In evaluating the correlation between input and output variables in the regression model, the R² values were calculated as follows: 0.9919 for volume data and 0.9955 for KB data. These were modeled as combinations of polynomial functions. For It data, which were modeled as a mathematical combination of multiple line segments for linear approximation, a relatively low R² value of 0.8903 was observed. This also impacted the R² value for KMT2 data (0.9419). Nonetheless, the overall average R² was calculated to be 0.9549, confirming a significant correlation between input and output data.

As shown in Figure 14, according to the statistical empirical rule, a review of the 3σ range showed that a maximum error rate of 13.84% (KB) was observed in 99.7% of the population. The remaining items exhibited a maximum error rate between 6.89% and 9.01%.

As shown in Figure 15, Figure 16, Figure 17 and Figure 18, an analysis of the error distribution (MAPE) of the hydrostatic data inferred through deep learning revealed an error of less than 5% in terms of KMT MAPE on 91% (39 vessels) of the test data. Using the hydrostatic data inferred through deep learning for initial stability calculations on KMT data, the error rate (based on MAPE) ranged from a minimum of 0.45% to a maximum of 9.08%. The average error rate was calculated to be 2.91%, showing an alignment of over 97%. Therefore, the inference results of the hydrostatic data through deep learning proposed in this study were found to be relatively satisfactory and reliable.

Figure 19, Figure 20, Figure 21 and Figure 22 compare each hydrostatic curve at maximum and minimum MAPE.

5. Conclusions and Future Work

In this study, we set hull form feature data, which can be extracted from the general arrangements of small chine-type ships, as input variables. We then inferred the hydrostatic data needed for initial stability calculations using a multilayer neural network-based deep learning model. The following results were observed:

• Hydrostatic data based on form parameters were converted into a mathematical model, and the overall average MAPE of the mathematical model was 1.04%. The model showed an average alignment of approximately 99% with the raw data.
• Hydrostatic data required for initial stability calculations can be inferred by training a deep learning model using hull form feature data identifiable from general arrangements.
• The deep learning model implemented in this study yielded an MAPE of 2.91% for the KMT (transverse metacentric height) curve, and those of Volume, KB, and It curve were 2.87%, 2.86%, and 2.54%, respectively. The overall average of the hydrostatic curve MAPE was approximately 2.80%, which was 97% consistent with the raw data, confirming satisfactory results.

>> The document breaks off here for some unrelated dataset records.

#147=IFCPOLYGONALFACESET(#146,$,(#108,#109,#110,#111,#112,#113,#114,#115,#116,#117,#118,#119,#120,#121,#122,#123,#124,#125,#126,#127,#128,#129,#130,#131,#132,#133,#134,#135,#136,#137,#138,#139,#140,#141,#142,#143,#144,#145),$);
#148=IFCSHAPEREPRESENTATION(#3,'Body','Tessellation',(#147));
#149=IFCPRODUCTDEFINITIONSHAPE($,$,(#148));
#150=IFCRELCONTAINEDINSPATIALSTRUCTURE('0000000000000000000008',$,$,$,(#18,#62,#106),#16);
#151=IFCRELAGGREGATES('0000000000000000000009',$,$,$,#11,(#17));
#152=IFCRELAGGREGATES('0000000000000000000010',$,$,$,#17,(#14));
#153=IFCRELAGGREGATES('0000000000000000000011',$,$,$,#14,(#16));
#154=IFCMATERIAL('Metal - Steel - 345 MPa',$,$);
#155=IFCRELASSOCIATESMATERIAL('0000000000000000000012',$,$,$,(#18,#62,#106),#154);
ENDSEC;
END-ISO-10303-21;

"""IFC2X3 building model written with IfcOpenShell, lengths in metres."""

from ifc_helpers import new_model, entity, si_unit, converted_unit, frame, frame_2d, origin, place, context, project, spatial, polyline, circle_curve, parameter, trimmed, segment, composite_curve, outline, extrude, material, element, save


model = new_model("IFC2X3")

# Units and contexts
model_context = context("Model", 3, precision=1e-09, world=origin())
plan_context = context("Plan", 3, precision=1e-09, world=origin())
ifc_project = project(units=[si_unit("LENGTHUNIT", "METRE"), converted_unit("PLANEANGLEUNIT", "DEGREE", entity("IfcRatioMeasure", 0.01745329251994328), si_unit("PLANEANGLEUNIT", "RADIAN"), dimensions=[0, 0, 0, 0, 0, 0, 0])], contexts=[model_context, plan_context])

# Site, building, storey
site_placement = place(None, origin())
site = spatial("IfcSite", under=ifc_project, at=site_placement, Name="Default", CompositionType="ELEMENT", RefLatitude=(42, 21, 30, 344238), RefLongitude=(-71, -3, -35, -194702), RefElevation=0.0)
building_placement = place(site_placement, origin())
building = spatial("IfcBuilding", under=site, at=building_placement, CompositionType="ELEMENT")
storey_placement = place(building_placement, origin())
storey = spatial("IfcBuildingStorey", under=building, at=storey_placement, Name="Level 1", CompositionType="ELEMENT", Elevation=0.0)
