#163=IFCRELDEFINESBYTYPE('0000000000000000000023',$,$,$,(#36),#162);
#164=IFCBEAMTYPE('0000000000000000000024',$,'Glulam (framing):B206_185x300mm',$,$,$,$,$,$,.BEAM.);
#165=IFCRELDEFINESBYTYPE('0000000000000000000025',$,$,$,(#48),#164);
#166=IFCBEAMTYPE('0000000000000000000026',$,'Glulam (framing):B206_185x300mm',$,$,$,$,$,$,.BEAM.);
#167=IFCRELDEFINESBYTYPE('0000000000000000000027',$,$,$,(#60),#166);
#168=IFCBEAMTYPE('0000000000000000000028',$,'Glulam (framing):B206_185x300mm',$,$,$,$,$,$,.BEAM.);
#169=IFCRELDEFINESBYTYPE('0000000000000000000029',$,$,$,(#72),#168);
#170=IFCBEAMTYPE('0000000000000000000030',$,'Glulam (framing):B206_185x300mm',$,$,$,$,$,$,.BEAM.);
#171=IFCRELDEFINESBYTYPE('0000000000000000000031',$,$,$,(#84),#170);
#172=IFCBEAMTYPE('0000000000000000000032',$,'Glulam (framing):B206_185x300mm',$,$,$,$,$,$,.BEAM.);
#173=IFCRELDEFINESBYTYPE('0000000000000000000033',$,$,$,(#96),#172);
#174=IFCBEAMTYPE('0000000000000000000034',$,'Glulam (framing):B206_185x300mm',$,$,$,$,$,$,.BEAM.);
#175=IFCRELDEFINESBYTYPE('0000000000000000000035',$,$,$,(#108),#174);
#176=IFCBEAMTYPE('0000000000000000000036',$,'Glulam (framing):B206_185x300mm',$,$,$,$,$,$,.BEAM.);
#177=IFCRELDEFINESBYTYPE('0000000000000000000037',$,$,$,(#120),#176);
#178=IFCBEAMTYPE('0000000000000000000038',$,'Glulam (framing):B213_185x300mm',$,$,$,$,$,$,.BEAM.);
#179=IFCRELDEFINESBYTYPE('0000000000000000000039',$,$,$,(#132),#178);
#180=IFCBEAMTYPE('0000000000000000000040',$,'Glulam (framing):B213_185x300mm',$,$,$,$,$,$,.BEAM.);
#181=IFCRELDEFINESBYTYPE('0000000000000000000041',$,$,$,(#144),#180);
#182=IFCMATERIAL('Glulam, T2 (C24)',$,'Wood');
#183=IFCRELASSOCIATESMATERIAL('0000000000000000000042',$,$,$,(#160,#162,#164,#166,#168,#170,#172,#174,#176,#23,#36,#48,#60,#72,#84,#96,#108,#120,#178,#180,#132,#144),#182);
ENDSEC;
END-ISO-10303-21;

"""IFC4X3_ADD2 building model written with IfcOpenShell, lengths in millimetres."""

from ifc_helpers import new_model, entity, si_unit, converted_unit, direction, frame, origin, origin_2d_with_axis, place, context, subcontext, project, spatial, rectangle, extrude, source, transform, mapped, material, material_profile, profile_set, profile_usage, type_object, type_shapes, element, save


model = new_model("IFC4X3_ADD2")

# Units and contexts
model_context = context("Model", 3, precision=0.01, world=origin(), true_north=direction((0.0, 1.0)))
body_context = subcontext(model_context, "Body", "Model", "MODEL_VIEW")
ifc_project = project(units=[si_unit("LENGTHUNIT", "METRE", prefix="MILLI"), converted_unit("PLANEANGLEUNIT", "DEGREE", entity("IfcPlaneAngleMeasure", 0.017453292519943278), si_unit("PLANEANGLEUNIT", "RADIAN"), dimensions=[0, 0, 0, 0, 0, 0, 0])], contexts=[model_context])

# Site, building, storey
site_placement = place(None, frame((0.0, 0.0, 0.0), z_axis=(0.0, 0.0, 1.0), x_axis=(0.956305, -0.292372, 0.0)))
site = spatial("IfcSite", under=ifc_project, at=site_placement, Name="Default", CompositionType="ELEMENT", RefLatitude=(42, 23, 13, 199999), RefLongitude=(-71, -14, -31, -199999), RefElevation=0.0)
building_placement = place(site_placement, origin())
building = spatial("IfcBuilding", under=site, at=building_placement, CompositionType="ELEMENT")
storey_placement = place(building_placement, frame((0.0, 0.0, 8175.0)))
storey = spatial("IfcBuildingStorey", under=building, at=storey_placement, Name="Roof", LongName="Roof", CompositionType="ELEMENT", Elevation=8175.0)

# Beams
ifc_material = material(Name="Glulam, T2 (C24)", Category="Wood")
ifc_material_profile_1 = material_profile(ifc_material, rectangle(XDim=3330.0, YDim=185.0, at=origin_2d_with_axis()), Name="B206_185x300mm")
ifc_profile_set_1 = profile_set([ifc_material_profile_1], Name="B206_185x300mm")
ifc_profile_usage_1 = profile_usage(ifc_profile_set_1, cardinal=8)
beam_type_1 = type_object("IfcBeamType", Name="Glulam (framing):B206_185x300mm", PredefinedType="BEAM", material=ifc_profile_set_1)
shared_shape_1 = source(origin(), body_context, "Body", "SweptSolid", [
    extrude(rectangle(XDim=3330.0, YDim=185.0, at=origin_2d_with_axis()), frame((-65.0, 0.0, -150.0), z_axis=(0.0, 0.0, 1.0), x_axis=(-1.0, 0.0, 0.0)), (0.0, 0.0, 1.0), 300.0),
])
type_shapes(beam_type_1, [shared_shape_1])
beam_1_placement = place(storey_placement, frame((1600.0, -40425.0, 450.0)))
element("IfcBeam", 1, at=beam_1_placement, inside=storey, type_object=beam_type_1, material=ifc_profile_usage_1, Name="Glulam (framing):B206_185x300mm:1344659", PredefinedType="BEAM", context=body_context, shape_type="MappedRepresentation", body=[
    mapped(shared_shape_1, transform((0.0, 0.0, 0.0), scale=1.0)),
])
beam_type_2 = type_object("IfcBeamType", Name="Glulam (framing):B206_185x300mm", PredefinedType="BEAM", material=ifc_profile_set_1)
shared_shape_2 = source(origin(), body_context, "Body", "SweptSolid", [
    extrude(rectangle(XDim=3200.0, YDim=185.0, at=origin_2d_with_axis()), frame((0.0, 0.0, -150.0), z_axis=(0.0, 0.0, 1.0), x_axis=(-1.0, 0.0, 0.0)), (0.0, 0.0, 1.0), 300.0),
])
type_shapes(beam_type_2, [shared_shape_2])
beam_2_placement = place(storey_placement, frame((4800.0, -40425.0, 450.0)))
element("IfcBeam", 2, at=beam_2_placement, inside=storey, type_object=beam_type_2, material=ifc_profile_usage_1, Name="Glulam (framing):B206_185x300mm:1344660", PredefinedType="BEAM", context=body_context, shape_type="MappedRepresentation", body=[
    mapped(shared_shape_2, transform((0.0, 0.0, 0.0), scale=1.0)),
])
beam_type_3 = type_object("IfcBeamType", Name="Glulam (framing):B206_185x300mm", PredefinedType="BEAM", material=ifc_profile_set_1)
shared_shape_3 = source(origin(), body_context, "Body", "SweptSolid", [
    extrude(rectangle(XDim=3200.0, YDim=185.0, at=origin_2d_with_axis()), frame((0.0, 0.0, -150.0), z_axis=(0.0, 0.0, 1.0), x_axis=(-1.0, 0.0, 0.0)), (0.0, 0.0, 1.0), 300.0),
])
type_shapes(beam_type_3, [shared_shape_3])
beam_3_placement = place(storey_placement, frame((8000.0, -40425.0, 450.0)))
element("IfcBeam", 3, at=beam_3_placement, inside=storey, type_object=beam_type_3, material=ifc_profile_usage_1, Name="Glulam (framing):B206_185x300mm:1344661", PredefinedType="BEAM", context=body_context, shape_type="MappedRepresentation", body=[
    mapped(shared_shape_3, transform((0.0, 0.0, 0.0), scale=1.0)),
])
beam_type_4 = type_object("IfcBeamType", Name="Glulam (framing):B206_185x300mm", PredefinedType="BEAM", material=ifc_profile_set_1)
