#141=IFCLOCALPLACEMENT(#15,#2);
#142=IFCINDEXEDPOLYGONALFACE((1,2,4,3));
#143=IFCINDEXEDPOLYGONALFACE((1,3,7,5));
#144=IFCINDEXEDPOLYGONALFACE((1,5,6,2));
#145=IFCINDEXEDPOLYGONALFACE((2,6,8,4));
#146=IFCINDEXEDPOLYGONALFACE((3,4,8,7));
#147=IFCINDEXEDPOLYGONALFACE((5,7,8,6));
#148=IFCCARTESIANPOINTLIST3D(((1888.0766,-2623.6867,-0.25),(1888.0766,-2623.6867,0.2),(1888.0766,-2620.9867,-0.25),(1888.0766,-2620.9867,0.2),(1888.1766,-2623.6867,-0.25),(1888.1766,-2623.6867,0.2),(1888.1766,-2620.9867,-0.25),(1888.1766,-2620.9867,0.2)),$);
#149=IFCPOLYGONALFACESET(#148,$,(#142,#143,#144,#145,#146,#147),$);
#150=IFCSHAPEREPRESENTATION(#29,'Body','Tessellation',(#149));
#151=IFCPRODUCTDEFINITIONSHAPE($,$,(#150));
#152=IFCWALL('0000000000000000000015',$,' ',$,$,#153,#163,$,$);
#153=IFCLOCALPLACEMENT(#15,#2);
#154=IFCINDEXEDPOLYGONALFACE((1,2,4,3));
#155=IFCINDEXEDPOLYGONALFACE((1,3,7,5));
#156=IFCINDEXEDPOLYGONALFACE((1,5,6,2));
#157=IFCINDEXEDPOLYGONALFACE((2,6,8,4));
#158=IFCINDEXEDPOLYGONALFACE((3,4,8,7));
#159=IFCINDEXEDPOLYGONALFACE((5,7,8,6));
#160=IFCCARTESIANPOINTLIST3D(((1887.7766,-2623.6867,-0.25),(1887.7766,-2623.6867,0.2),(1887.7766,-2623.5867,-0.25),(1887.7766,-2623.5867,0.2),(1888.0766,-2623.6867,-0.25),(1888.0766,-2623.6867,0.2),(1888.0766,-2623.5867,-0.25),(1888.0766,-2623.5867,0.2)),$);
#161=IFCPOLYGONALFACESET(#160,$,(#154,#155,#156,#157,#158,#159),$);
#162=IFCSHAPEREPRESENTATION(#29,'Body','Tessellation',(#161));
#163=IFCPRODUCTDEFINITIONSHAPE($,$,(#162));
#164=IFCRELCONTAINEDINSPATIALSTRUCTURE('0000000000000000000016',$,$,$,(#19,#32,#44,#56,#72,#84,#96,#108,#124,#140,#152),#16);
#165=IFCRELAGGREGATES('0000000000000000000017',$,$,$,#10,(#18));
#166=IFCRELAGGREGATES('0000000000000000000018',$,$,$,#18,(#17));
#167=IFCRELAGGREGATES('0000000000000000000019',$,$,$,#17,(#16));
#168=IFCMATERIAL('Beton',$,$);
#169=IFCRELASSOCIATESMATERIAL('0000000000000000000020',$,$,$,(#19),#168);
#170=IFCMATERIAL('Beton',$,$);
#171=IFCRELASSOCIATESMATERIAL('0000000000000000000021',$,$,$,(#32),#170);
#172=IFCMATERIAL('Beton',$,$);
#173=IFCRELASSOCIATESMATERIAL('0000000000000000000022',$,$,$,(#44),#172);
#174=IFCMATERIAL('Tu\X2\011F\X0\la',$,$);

Thus, this study confirmed the feasibility of inferring hydrostatic data needed for initial stability calculations via deep learning using limited design data (general arrangements) from small ships. By securing more real-world ship data, enabling type-specific supervised learning focused on chine shape and location, and conducting further research on hydrostatic data items, we expect the applicability of this foundational data for stability calculations in domestic coastal areas to increase further.